Am einfachsten ist es, wenn man an den Ecken beginnend als Nächstes den Rand zusammenfügt. Ein 1500-Teile-Puzzle hat typischerweise 156 Randteile. Man erkennt sie leicht: Die vier Ecken besitzen jeweils zwei gerade Kanten, die anderen 152 Randteile weisen genau eine gerade Kante auf. Alle sonstigen Teile zeigen überall Nasen oder Taschen. Einen Anfang unter 156 Teilen zu finden ist viel einfacher, als einen Anfang aus 1500 Teilen zu finden, was die Randstrategie so praktisch macht. Das Zusammensetzen des Randes kann man als ein eindimensionales, ringförmiges 156-Teile-Puzzle betrachten. Ein Kinderspiel. Eigentlich ein Betrug an sich selbst.
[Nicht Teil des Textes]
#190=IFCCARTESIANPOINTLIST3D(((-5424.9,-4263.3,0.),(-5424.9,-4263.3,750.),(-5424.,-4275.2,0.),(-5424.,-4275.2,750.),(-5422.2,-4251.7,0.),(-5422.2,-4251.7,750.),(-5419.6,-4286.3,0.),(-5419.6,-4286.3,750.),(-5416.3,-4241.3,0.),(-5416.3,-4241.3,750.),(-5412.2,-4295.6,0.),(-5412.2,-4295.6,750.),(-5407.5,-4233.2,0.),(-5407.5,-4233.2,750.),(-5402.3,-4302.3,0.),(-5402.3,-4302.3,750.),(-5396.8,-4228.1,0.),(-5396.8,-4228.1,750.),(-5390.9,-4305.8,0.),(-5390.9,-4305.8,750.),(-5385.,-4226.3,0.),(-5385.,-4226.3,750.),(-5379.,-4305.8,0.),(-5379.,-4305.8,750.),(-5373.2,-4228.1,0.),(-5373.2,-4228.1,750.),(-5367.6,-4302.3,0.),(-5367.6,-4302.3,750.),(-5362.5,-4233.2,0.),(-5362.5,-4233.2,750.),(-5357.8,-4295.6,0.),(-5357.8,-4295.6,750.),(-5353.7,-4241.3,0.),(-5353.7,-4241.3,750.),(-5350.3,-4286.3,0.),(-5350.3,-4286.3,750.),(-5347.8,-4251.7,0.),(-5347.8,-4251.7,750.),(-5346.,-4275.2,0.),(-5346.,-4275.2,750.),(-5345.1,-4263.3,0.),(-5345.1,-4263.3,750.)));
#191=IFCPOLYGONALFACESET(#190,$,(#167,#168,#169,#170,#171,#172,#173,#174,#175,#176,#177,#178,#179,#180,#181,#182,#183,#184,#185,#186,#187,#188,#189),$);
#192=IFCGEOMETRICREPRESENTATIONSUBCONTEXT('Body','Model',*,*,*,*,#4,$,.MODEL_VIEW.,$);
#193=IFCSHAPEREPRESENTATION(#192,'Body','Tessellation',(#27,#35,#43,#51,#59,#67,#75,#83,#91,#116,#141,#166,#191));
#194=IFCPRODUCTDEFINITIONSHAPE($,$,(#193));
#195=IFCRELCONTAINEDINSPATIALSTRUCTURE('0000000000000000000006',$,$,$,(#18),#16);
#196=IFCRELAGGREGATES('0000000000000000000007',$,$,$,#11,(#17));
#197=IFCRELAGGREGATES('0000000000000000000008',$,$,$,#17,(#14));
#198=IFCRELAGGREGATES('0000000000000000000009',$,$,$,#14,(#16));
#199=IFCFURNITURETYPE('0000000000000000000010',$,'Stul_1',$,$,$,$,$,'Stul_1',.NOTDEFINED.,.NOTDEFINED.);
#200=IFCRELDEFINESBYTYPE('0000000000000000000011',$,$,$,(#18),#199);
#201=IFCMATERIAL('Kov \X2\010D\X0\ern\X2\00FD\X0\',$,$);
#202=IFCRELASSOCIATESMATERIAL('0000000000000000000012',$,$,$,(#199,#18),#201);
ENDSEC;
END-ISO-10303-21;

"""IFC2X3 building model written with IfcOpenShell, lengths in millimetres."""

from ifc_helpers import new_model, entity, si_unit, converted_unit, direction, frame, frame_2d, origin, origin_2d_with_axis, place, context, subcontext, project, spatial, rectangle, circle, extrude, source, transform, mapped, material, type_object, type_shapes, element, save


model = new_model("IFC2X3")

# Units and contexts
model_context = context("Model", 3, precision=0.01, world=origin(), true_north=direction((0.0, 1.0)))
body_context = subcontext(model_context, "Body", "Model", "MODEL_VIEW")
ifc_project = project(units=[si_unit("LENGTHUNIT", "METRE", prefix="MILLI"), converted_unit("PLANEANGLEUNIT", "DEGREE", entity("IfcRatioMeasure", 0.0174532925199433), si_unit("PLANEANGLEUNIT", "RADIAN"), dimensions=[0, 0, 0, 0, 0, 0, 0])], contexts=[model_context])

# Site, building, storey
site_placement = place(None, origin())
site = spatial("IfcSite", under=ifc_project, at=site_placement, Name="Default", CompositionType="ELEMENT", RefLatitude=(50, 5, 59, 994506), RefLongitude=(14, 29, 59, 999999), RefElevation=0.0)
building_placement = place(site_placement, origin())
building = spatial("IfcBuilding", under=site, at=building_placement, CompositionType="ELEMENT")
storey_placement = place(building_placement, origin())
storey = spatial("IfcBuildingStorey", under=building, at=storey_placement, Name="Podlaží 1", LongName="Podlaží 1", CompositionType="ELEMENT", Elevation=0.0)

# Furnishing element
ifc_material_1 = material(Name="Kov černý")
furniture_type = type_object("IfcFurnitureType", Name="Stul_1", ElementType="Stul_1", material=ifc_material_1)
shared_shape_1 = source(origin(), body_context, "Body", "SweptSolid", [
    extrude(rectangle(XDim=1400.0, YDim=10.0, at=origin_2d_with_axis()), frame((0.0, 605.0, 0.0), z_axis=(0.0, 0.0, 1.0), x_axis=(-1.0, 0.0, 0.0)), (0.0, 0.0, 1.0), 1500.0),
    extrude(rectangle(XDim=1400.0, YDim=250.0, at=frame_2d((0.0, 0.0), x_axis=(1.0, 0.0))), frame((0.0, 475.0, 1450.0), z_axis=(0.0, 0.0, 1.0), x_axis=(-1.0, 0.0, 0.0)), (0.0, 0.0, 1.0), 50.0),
Man kauft ein 1500-Teile-Puzzle, um eine Herausforderung zu haben, und puzzelt dann wie ein kleines Kind. Als kleines Kind hatte mich das Können der Großen noch beeindruckt. Ich wusste nicht, dass sie eigentlich dasselbe machen, wie ich schon damals. So ist das Leben. Das ganze Leben.
Na ja, was soll's? Weder habe ich das Zebra-Puzzle Marylin Monroe gekauft, noch soll es eine Herausforderung sein. Es soll mich nur wach halten, damit ich nicht einschlafe und ins Bett muss, wo ich nicht schlafen kann. Ich werde es bis zum Morgengrauen nicht schaffen. Dann käme sowieso irgend ein Irrer und würde die Teile durch den Raum schmeißen. Muss nicht sein. Vor allem fehlten Teile, würden nicht alle gleich wiedergefunden, ehe der Staubsauger der Reinigungskräfte sie später aufspürt und frisst. Ein 1500-Teile-Puzzle mit 1400 und ein paar Teilen ließe sich an Armseligkeit kaum überbieten. Freilich würde es mir nicht auffallen, solange noch alle Randstücken beisammen blieben. Ich sortiere sie aus. Es sind 156. Bald wird die Nachtschwester kommen und mir eine Beruhigungstablette anbieten. Wie immer werde ich dankend ablehnen.
„Zebra“ ist ein überarbeiteter Teil meines für NaNoWriMo 2009 verfassten Textes. Das Ziel des Wettbewerbs, innerhalb eines Monats einen Roman von mindestens 50.000 Wörtern zu verfassen, verfehlte ich meilenweit. Dessen ungeachtet konnte ich aus der Veranstaltung Lehrreiches mitnehmen.